AVAILABLE RECORDS:

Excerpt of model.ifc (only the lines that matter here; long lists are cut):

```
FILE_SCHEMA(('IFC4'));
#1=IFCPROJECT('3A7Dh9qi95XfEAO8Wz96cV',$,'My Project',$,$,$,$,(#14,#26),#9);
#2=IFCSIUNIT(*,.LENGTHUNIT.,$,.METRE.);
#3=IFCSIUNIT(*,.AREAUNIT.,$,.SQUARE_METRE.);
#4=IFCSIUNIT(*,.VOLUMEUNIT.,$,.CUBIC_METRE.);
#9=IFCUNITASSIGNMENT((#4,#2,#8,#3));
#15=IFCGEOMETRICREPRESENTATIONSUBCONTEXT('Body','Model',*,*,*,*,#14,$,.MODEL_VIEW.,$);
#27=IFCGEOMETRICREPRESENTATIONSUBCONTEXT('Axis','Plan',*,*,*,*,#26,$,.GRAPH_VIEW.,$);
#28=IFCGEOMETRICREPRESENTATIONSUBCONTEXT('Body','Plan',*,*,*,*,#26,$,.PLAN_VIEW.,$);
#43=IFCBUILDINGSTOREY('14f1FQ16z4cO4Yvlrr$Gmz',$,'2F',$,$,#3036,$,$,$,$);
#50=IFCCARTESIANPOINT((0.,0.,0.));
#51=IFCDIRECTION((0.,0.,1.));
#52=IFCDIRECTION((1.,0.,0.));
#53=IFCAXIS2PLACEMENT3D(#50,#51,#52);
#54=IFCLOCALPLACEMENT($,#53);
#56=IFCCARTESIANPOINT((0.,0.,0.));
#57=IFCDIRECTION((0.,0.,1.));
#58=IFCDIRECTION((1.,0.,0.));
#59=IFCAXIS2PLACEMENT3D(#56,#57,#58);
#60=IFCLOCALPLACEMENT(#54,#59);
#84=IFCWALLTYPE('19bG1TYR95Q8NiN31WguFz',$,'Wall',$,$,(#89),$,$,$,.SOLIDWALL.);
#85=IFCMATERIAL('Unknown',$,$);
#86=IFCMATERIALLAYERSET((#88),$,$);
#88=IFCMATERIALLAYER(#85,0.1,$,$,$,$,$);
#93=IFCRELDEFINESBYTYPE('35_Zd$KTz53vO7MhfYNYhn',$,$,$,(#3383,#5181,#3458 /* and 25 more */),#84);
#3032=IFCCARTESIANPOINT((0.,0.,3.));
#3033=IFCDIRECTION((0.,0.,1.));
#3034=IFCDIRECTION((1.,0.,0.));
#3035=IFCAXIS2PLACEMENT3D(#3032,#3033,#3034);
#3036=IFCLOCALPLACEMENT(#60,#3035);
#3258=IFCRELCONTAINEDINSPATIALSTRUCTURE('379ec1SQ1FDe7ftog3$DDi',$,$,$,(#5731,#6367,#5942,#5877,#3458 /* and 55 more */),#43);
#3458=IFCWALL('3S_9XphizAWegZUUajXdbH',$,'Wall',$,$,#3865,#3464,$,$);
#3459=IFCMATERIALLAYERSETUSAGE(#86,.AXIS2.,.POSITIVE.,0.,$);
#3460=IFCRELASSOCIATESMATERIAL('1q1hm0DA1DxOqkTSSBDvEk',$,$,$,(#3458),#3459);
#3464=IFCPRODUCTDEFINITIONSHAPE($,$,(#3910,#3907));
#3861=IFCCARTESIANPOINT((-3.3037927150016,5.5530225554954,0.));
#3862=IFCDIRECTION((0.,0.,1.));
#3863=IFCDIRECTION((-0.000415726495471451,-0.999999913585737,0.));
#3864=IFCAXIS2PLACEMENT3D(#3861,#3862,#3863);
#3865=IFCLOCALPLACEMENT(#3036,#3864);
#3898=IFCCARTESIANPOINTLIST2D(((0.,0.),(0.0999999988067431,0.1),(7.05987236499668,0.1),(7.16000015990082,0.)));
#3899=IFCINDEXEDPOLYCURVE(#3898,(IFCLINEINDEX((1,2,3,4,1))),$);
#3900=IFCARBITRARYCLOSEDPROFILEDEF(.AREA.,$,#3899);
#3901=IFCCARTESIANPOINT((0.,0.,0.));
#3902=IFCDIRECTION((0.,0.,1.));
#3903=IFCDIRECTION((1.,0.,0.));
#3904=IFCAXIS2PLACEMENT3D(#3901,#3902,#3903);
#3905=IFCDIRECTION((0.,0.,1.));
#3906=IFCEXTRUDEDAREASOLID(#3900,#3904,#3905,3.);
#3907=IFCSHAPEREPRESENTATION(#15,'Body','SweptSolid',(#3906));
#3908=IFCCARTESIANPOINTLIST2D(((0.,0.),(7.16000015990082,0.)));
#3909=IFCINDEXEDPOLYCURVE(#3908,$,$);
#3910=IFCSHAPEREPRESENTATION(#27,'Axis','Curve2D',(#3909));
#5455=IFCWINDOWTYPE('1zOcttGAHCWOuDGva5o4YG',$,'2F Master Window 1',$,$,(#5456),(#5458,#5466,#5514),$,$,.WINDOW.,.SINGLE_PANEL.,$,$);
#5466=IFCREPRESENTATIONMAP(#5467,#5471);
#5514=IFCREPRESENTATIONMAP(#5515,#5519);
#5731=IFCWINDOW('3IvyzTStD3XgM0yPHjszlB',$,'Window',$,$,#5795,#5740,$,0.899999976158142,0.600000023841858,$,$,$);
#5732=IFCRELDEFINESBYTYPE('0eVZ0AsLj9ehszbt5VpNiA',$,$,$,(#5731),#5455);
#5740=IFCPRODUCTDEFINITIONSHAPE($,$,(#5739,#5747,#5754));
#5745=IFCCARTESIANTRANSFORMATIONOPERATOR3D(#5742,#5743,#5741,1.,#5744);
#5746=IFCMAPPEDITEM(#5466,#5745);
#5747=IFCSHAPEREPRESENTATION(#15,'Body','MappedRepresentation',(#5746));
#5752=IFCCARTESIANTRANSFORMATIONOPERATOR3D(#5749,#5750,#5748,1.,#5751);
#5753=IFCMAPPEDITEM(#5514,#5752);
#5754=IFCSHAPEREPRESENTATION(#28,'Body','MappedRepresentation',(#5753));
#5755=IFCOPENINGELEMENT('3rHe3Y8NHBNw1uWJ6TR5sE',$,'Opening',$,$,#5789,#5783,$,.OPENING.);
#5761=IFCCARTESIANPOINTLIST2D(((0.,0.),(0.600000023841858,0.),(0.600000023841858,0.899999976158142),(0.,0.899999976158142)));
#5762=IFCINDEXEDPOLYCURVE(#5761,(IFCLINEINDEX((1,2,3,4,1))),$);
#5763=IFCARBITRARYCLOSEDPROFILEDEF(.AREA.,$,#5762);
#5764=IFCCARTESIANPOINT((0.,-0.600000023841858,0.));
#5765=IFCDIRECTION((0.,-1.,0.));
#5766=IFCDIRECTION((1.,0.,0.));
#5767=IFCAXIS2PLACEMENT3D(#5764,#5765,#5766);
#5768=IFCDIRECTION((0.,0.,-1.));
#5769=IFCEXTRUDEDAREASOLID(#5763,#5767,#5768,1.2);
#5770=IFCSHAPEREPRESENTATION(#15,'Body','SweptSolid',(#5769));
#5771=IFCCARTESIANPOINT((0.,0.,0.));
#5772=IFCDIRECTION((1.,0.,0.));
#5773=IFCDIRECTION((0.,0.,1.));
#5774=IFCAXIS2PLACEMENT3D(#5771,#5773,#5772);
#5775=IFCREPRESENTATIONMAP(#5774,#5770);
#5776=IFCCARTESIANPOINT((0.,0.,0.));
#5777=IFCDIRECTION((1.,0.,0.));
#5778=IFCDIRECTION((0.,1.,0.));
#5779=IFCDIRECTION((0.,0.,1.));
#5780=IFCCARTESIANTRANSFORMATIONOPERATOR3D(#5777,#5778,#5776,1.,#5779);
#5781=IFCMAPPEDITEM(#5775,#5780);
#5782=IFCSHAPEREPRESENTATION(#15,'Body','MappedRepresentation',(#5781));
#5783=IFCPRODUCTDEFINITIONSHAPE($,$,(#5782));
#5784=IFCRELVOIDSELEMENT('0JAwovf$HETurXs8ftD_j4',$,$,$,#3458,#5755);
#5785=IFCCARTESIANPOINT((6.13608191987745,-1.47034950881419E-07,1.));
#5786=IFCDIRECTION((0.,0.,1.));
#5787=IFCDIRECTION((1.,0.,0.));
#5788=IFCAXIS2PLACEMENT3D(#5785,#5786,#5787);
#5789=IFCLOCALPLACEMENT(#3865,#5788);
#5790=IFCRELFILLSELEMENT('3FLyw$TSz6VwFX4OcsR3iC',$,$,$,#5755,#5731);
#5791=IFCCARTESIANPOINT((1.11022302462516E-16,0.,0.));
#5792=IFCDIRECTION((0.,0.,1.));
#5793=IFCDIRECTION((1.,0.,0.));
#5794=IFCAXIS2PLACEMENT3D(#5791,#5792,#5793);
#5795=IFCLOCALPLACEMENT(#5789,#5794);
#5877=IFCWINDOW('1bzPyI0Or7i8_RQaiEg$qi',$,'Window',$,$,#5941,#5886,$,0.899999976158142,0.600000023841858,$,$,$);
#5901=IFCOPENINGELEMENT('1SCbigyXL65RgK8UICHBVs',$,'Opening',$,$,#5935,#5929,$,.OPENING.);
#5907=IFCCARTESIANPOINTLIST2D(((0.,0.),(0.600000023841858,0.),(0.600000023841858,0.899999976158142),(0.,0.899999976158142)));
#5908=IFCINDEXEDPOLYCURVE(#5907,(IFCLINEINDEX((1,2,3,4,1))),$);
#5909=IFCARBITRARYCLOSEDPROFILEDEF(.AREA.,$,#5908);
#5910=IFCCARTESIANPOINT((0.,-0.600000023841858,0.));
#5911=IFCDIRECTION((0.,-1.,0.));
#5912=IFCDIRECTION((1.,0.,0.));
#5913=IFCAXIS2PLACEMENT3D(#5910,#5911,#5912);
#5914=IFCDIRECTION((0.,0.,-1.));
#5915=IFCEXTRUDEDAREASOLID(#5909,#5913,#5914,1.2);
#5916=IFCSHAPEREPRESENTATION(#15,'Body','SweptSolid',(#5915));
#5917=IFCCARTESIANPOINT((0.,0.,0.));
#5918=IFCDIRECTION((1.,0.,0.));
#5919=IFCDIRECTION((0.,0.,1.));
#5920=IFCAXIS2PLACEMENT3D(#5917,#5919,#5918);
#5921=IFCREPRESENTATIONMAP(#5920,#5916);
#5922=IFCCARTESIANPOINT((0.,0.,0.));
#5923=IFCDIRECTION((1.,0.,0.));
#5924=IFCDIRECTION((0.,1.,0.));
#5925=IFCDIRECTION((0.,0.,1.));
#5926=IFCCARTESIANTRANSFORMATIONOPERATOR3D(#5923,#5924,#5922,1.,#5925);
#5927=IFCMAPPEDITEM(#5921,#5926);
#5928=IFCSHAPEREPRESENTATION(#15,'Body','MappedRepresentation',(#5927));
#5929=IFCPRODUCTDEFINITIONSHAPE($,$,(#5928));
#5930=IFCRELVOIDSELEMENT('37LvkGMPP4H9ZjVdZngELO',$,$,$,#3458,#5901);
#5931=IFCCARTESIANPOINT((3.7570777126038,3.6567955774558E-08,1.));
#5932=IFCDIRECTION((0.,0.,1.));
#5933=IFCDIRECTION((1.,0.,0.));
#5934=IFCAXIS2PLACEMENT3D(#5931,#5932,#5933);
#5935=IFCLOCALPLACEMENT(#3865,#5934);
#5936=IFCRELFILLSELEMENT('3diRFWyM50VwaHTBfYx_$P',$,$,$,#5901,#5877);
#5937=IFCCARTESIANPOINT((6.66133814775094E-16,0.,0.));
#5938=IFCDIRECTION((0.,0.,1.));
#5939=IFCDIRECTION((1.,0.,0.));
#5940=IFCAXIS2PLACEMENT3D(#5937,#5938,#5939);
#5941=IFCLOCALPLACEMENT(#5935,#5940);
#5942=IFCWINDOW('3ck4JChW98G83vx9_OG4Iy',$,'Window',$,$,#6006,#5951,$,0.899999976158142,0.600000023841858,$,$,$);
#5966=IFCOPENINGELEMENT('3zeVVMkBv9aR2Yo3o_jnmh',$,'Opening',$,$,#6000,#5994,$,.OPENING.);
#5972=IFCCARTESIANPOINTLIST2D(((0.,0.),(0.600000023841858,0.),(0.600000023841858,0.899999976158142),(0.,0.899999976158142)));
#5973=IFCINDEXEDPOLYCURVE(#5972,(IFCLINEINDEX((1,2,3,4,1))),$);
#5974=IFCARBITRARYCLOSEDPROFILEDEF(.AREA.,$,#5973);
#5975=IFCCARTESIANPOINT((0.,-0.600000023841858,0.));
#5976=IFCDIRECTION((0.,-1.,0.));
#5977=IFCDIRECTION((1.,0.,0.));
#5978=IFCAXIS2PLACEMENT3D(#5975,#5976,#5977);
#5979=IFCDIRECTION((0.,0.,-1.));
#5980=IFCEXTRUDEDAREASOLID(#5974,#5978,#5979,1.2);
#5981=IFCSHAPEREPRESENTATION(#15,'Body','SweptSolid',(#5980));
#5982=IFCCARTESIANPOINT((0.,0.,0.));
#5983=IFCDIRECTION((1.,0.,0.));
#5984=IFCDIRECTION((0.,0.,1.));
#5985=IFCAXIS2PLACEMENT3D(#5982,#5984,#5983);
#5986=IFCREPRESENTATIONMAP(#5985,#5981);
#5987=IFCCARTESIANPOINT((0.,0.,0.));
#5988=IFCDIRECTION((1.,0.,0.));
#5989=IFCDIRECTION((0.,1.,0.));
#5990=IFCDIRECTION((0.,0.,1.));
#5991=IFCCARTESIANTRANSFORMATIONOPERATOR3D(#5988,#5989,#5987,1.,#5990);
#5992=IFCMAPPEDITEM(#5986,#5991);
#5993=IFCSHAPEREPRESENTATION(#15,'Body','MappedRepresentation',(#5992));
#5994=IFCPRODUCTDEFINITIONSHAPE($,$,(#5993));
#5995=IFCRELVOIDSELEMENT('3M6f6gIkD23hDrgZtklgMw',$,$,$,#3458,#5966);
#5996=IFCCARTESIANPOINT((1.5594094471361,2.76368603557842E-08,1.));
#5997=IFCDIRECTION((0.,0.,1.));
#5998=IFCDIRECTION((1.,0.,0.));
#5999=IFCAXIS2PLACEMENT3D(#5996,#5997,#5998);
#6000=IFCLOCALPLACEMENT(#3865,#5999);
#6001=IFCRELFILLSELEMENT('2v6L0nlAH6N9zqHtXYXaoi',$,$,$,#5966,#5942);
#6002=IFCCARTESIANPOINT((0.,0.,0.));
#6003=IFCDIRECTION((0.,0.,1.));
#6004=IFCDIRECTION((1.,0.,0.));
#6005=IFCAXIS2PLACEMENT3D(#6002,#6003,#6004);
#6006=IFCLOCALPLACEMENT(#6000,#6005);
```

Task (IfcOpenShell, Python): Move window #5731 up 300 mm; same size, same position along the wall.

```python
import numpy as np
import ifcopenshell
import ifcopenshell.api.geometry
import ifcopenshell.util.placement
import ifcopenshell.util.unit

model = ifcopenshell.open("model.ifc")
unit_scale = ifcopenshell.util.unit.calculate_unit_scale(model)

window = model.by_guid("3IvyzTStD3XgM0yPHjszlB")
opening = window.FillsVoids[0].RelatingOpeningElement
dz = 0.3 / unit_scale

shift = np.array([0.0, 0.0, dz])
# The window is placed relative to its opening, so it follows when the opening moves.
matrix = ifcopenshell.util.placement.get_local_placement(opening.ObjectPlacement)
matrix[:3, 3] += shift
ifcopenshell.api.geometry.edit_object_placement(
    model, product=opening, matrix=matrix, is_si=False, should_transform_children=True
)

print(f"moved by {dz * unit_scale:+.3f} m")

model.write("model_rev.ifc")
```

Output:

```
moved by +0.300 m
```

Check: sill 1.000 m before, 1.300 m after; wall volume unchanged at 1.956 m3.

WHAT NEEDS TO BE DONE:
Show all lines from the data that contain "IFCINDEXEDPOLYCURVE".

RESPONSE:
#3899=IFCINDEXEDPOLYCURVE(#3898,(IFCLINEINDEX((1,2,3,4,1))),$);
#3909=IFCINDEXEDPOLYCURVE(#3908,$,$);
#5762=IFCINDEXEDPOLYCURVE(#5761,(IFCLINEINDEX((1,2,3,4,1))),$);
#5908=IFCINDEXEDPOLYCURVE(#5907,(IFCLINEINDEX((1,2,3,4,1))),$);
#5973=IFCINDEXEDPOLYCURVE(#5972,(IFCLINEINDEX((1,2,3,4,1))),$);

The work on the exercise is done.